Additionally, this data included follow-up from biopsies, cancer registry data, lab results, and codes for various other procedures and diagnoses. This astonishing amount of data provided a deep pool of information from which our machine learning models could learn and allowed these algorithms to connect patterns and trends that may not have been possible otherwise.
Why It’s Not All That Simple
One of the largest challenges we faced in training our models was combining the data from three different origins. Aside from the different formats, clinical data is often noisy or missing values. Additionally, we wanted to emulate the typical decision-making process of a radiologist into the algorithms.
For example, we wanted to use the two standard views, bilateral craniocaudal (CC) and mediolateral oblique (MLO) views, which may comprise routine screening mammography. In standard practice globally, radiologists typically compare these two views when assessing a lesion, and we wanted our model to work that way as well.
In this retrospective study, we collected a dataset of 52,936 images from 13,234 women who underwent at least one mammogram between 2013 and 2017 and who had health records for at least one year before the mammogram. We trained our algorithm on 9,611 mammograms and health records of women, with two objectives: to predict biopsy malignancy and differentiate normal from abnormal screening examinations.
We created a combined machine- and deep-learning model for those objectives, using as input the mammography’s standard four-view images and the detailed clinical histories.
We started by identifying a subset of the clinical features with the highest contribution to positive biopsy prediction. These were fused into a deep neural network (DNN) trained on each mammogram for each prediction task. Using the DNN, we extracted the probability of each prediction task and imaging features for each view. Finally, we concatenated the imaging features from both views and the entire set of clinical features into a single representation of a patient’s breast. The final probability for either cancer-positive biopsy or normal/abnormal differentiation was estimated using the gradient boosting machines model.
Good Results and Some Surprises
Our model obtained an area under the receiver operating curve (AUROC) of 0.91 and specificity of 77.3 percent at a sensitivity of percent. The addition of clinical data to the mammograms has significantly increased the model’s AUROC and sensitivity.

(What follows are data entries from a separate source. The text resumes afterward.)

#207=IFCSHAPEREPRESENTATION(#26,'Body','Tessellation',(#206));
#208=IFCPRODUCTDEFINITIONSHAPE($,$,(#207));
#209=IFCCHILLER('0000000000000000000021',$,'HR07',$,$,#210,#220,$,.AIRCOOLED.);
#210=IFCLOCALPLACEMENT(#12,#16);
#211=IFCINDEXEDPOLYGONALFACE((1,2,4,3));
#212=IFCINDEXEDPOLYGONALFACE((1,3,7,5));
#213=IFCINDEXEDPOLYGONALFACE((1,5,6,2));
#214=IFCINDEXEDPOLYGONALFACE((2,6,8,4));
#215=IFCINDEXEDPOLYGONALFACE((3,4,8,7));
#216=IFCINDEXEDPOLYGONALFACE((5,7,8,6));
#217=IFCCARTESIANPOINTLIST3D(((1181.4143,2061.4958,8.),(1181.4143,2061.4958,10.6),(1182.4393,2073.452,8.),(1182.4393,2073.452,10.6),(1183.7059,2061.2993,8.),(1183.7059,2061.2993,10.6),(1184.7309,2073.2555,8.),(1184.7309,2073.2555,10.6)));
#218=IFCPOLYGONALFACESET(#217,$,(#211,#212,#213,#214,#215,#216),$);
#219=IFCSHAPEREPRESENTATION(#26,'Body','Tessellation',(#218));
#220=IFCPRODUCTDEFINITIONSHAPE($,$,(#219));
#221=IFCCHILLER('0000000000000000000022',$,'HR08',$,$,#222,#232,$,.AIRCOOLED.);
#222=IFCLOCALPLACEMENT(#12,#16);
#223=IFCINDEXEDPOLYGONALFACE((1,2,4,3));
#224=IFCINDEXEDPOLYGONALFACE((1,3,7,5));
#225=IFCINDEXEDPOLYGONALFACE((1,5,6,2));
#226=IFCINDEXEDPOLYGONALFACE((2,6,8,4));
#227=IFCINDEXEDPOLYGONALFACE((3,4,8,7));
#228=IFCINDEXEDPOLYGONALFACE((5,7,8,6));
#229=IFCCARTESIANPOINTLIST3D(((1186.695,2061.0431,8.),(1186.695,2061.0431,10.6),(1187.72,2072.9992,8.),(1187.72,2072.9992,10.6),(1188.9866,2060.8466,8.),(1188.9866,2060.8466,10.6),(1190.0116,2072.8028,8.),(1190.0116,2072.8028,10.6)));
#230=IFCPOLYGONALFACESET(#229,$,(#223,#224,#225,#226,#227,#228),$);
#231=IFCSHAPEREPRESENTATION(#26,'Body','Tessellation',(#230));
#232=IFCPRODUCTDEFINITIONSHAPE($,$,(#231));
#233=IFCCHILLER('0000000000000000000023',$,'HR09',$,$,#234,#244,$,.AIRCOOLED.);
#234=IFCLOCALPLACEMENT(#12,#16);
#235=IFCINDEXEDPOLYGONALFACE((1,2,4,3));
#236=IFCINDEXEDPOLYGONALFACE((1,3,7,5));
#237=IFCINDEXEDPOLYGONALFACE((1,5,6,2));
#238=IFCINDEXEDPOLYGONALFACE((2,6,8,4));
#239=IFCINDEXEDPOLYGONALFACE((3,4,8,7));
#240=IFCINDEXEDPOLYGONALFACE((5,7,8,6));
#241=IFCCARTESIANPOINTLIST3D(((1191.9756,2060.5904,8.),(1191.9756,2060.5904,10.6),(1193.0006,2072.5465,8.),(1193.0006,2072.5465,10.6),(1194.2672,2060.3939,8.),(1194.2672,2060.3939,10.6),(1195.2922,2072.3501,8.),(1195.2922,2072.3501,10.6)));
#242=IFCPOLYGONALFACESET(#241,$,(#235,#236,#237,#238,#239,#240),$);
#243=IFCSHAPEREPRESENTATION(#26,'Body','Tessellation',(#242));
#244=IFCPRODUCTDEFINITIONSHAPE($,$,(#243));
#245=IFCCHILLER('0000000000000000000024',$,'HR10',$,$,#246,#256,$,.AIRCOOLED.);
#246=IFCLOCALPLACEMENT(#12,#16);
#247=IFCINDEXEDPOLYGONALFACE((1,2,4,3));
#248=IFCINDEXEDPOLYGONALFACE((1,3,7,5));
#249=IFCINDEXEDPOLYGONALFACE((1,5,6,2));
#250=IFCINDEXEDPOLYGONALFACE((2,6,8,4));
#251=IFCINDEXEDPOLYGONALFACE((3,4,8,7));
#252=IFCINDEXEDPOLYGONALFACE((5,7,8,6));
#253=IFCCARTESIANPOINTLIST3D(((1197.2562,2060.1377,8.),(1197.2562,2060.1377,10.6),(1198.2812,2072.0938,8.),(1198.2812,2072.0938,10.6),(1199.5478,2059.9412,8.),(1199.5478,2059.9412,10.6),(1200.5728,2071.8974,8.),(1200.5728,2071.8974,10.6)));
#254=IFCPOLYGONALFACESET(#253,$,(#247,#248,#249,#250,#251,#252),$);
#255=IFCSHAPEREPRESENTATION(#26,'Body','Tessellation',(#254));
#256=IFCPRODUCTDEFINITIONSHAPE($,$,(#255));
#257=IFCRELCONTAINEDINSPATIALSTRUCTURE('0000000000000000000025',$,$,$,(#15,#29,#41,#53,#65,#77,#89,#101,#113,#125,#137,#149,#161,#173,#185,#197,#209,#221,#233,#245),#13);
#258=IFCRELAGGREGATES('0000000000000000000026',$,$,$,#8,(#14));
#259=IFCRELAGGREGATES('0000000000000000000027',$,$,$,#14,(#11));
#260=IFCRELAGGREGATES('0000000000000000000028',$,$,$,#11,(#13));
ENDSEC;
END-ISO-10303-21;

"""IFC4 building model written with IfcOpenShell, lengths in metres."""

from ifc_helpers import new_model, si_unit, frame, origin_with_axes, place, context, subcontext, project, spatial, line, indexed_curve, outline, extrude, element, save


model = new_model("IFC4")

Based on clinical data alone, our model obtained an AUROC of 0.78, improving breast cancer risk prediction compared to common risk models like the Gail model. Moreover, we identified clinical factors that may contribute to elevated risk and were not previously used by other models, such as white blood cell profiles and thyroid function tests.
The more accurate prediction could hold the potential to reduce the number of women being sent for unnecessary tests – or experiencing the trauma of being needlessly assigned as high risk – by traditional models. Combining clinical data with imaging information could offer the potential to validate initial results more accurately.